4. Add instruction and stack pointer information to your output. A CPU uses a program counter (also known as instruction pointer) and stack to run C programs. The instruction pointer (IP) refers to the location in memory from which to get the CPU instruction to execute. The stack pointer (SP) refers to the location in memory where the stack is located for the program, which is required for any programs that make function calls. When making a function call, the IP is saved on the stack so that when the function call is done, the IP can be popped off the stack to return program execution to right after where the function call was originally initiated. The IP and SP are stored in special CPU registers. You should retrieve those values as part of your Hello World OS and output them along with the "hello, world" message.

   The exact format of your message should be "hello, world ip sp", which one space before the actual ip and sp values, respectively and the space should be black background. Do not add additional spaces and make sure you use the correct background and foreground color. The ip should be the actual instruction pointer address right after the code used to output "hello, world". The sp should be the actual stack pointer address after calling the main function in main.c from entry.S. Each address should be printed as a 4 digit lower case hexadecimal number; only 4 digits are required because you are running in 16-bit real mode. Do NOT print anything other than the 4 digits for each value (ie. no leading 0x).

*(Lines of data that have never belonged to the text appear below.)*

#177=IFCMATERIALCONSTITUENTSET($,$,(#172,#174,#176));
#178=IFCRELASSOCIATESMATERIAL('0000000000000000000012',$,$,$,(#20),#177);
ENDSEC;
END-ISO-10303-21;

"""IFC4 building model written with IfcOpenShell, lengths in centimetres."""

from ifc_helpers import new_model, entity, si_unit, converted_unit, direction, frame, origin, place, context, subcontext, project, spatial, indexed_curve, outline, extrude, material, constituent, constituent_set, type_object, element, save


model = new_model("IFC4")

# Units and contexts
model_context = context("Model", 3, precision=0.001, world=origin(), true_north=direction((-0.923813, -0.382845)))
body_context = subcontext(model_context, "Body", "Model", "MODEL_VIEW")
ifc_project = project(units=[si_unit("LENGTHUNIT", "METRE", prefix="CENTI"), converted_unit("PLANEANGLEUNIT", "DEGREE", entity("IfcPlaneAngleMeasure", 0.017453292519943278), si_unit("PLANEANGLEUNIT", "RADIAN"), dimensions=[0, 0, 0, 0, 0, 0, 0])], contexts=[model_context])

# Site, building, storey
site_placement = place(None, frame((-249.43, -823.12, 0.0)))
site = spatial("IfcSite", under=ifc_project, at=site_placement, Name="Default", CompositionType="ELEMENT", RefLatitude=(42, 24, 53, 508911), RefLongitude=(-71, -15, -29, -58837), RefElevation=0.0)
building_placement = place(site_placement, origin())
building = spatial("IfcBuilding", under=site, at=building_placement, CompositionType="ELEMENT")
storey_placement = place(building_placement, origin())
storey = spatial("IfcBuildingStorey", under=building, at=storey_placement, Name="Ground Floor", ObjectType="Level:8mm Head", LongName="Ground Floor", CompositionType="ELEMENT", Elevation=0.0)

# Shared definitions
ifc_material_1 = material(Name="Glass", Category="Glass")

To output the addresses as characters, you need to convert them to ascii characters and then write them to VGA memory. Note that the position of "hello, world" should be exactly the same as before without the ip and sp values. The following is an example showing the correct printing on the screen with ip and sp values of 7ca8 and 8d7e, respectively:

   

   In contrast, the following examples show INCORRECT printing because of incorrect background color, extra spaces, etc.:

   

   To read the IP and SP registers, you need to use assembly code. The SP register can be read directly using the mov instruction. We have included the lines of assembly code in main.c that are required to get the address needed:

   __asm__ volatile (
   	"mov %%sp, %0"
   	: "=r" (sp_value)
   	:
   	: "memory"
   );
   

   You need to modify the code to define a local variable sp_value so that you can get the stack pointer value after calling this inline assemly code.

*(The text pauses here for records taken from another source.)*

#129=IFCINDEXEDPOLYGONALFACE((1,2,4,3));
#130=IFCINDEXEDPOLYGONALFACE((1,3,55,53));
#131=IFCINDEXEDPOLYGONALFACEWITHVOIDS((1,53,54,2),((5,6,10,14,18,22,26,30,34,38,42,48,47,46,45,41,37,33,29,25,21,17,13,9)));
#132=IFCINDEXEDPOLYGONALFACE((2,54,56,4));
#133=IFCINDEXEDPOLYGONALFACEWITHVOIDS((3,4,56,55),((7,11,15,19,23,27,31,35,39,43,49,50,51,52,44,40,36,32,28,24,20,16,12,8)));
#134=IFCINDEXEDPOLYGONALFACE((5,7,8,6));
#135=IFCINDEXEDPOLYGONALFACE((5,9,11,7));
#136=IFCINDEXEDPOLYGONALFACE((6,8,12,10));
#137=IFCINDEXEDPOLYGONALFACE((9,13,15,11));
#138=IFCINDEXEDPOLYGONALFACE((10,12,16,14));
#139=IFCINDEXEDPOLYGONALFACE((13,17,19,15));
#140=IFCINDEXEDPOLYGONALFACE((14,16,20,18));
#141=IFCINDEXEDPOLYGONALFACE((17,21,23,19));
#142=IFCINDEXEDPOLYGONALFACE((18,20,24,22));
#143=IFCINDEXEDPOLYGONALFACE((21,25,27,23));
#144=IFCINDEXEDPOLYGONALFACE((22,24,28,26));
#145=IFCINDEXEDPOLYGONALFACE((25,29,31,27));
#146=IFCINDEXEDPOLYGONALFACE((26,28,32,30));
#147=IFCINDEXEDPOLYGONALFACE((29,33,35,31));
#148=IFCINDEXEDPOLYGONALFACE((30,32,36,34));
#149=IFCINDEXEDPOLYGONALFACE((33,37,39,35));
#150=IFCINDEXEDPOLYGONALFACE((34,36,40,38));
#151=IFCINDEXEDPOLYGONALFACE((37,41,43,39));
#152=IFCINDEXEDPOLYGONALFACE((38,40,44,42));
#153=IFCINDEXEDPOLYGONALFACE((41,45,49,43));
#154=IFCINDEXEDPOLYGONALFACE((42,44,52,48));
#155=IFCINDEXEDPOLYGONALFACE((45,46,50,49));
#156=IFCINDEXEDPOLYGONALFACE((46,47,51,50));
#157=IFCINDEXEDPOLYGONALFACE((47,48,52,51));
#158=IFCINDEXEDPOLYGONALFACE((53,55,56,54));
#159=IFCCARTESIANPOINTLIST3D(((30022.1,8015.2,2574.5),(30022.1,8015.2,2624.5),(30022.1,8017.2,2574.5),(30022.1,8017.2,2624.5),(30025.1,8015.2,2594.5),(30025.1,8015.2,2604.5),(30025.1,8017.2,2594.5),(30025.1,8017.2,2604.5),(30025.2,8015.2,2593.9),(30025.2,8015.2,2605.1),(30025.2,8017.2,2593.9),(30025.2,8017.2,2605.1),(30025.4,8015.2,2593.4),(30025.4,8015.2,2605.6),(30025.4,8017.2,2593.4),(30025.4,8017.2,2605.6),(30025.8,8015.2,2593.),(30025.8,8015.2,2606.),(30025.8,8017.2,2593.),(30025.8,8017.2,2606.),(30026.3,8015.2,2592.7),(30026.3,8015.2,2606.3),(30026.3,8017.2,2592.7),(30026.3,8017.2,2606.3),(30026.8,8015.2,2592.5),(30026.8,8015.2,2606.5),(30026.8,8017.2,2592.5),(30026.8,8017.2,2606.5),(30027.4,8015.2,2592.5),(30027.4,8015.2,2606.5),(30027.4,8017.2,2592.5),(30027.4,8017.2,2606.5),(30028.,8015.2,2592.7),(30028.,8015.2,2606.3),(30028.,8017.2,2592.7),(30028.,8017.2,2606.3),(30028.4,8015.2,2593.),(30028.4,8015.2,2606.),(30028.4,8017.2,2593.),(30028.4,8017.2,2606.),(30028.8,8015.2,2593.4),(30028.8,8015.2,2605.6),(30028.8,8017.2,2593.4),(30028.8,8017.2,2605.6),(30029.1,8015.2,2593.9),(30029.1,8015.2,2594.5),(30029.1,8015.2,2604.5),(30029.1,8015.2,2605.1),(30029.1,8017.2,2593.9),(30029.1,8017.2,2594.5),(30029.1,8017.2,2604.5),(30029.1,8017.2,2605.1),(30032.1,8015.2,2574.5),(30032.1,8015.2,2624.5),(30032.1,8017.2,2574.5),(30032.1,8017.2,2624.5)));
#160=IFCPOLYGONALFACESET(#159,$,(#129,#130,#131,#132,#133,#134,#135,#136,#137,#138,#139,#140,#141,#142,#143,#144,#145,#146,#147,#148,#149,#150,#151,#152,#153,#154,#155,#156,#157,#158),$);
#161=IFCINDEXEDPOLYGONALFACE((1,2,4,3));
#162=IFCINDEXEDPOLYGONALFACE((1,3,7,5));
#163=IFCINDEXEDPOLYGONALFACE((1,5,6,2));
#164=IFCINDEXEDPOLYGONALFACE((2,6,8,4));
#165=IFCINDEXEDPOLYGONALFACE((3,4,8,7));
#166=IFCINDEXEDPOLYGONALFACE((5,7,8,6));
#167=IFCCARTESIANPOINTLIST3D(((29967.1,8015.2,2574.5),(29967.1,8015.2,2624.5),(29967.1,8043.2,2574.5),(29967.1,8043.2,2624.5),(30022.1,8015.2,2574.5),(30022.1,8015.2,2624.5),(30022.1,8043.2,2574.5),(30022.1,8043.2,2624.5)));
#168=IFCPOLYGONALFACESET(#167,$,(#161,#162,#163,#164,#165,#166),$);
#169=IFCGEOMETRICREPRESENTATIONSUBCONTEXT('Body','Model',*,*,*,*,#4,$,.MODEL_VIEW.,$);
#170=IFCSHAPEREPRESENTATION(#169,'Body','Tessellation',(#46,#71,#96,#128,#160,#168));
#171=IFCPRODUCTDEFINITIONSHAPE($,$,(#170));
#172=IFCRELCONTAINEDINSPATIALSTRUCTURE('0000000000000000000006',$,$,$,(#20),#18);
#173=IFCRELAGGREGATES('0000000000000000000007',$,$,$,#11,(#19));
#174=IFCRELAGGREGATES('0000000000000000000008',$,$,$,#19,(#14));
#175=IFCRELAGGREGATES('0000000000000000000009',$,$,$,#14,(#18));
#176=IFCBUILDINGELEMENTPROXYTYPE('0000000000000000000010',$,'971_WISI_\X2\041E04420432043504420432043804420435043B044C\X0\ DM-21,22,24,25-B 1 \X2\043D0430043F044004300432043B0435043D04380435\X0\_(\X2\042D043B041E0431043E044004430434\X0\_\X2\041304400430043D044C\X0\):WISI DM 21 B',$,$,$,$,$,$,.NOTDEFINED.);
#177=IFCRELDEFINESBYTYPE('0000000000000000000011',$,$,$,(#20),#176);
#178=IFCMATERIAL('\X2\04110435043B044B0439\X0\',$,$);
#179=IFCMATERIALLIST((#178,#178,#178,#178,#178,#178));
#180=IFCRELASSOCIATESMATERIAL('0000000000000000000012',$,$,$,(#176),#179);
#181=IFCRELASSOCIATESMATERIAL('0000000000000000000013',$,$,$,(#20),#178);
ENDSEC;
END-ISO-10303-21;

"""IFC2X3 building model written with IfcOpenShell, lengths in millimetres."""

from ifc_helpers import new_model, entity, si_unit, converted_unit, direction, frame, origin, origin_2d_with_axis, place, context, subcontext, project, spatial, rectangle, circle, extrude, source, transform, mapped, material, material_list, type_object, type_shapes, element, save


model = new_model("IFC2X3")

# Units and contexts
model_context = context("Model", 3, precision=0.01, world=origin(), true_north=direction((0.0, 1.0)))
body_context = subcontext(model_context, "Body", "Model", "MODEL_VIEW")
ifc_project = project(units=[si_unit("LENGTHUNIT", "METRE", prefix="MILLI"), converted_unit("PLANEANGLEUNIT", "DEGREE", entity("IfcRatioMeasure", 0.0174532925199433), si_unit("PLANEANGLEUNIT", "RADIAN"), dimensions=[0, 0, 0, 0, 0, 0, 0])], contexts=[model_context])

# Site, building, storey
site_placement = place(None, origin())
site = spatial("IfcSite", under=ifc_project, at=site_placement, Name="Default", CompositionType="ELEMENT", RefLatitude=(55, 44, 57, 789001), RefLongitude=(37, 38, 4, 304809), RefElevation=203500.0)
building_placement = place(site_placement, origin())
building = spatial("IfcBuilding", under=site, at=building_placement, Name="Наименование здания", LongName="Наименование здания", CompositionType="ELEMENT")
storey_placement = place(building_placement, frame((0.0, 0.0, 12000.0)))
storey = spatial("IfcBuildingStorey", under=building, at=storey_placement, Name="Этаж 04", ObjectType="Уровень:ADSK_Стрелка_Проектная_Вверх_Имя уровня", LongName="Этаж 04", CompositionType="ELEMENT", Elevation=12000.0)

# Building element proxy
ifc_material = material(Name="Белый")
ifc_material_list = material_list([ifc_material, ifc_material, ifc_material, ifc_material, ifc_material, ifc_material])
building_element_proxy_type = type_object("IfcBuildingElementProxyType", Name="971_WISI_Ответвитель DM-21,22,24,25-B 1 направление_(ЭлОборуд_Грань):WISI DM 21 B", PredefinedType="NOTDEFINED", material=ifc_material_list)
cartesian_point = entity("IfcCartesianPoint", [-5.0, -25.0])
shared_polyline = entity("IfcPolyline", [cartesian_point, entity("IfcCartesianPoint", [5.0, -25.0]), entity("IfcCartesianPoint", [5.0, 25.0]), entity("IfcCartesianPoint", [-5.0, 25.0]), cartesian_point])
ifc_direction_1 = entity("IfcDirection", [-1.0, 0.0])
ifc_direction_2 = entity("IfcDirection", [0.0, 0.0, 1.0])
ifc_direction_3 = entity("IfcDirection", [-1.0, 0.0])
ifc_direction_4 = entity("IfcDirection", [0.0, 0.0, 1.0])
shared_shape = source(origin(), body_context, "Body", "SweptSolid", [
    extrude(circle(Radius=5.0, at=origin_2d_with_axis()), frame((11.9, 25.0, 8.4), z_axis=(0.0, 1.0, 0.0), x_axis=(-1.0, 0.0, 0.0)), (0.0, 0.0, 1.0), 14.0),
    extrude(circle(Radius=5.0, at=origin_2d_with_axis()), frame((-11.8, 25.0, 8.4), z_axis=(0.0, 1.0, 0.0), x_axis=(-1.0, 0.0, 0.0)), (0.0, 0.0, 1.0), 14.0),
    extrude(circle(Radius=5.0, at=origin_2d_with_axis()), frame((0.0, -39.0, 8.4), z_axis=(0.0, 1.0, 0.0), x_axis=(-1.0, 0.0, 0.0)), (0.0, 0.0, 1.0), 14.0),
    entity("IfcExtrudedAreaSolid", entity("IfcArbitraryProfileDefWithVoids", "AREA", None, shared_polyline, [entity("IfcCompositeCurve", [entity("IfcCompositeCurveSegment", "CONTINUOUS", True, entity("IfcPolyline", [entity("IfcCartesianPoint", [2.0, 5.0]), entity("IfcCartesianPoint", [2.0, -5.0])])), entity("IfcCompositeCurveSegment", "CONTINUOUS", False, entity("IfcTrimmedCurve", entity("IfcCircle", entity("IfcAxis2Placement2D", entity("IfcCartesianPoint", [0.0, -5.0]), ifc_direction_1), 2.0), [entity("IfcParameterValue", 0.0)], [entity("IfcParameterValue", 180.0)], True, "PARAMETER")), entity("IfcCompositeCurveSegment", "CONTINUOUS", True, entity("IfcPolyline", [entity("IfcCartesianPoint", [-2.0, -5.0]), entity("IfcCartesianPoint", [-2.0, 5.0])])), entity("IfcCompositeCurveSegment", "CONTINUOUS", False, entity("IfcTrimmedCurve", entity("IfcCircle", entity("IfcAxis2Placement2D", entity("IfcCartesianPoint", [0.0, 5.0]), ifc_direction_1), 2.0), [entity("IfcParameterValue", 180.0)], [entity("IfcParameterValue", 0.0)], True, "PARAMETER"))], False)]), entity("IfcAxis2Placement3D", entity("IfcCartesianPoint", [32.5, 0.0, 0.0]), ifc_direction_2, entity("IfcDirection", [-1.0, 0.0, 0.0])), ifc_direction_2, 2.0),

   Reading the IP register is more complicated as there is no way to directly read the IP register. Instead, we have provided some assembly code defined in entry.S to the get the IP value:

   .global get_ip
   
   ...
   
   get_ip:
       pop %ax
       push %ax
       ret
   

   get_ip() is declared as a function in main.c. It uses the fact that on a function call, the stack stores the address of the next instruction to execute after a function call at the top of stack as the return address. It also uses the fact that an x86 function call uses register ax to stores the return value. To get the IP value, you need to call this get_ip() function right after the code used to output "hello, world" in main.c file and get the ip you want from the return value. Calling get_ip() will store the address of next instruction after the call to get_ip() at the top of stack. pop %ax pops the top of stack to register ax so that the program counter will be returned as return value, and push %ax to puts it back on the stack for the correct return of calling function get_ip(). Note that get_ip() returns the address of the instruction after get_ip(); you will need to do additional work to get the correct instruction address right after the code used to output "hello, world".

   Once you have completed your program, you will need to redo steps 2 and 3 above to recompile the code to generate a new floppy.flp image and boot it in QEMU.

   As part of your submission, you should ensure that a Makefile is included under the part3 directory to compile your code and create a bootable disk image (see above for disk creation instructions, or refer to the provided Makefile). The bootable disk image must be named floppy.flp.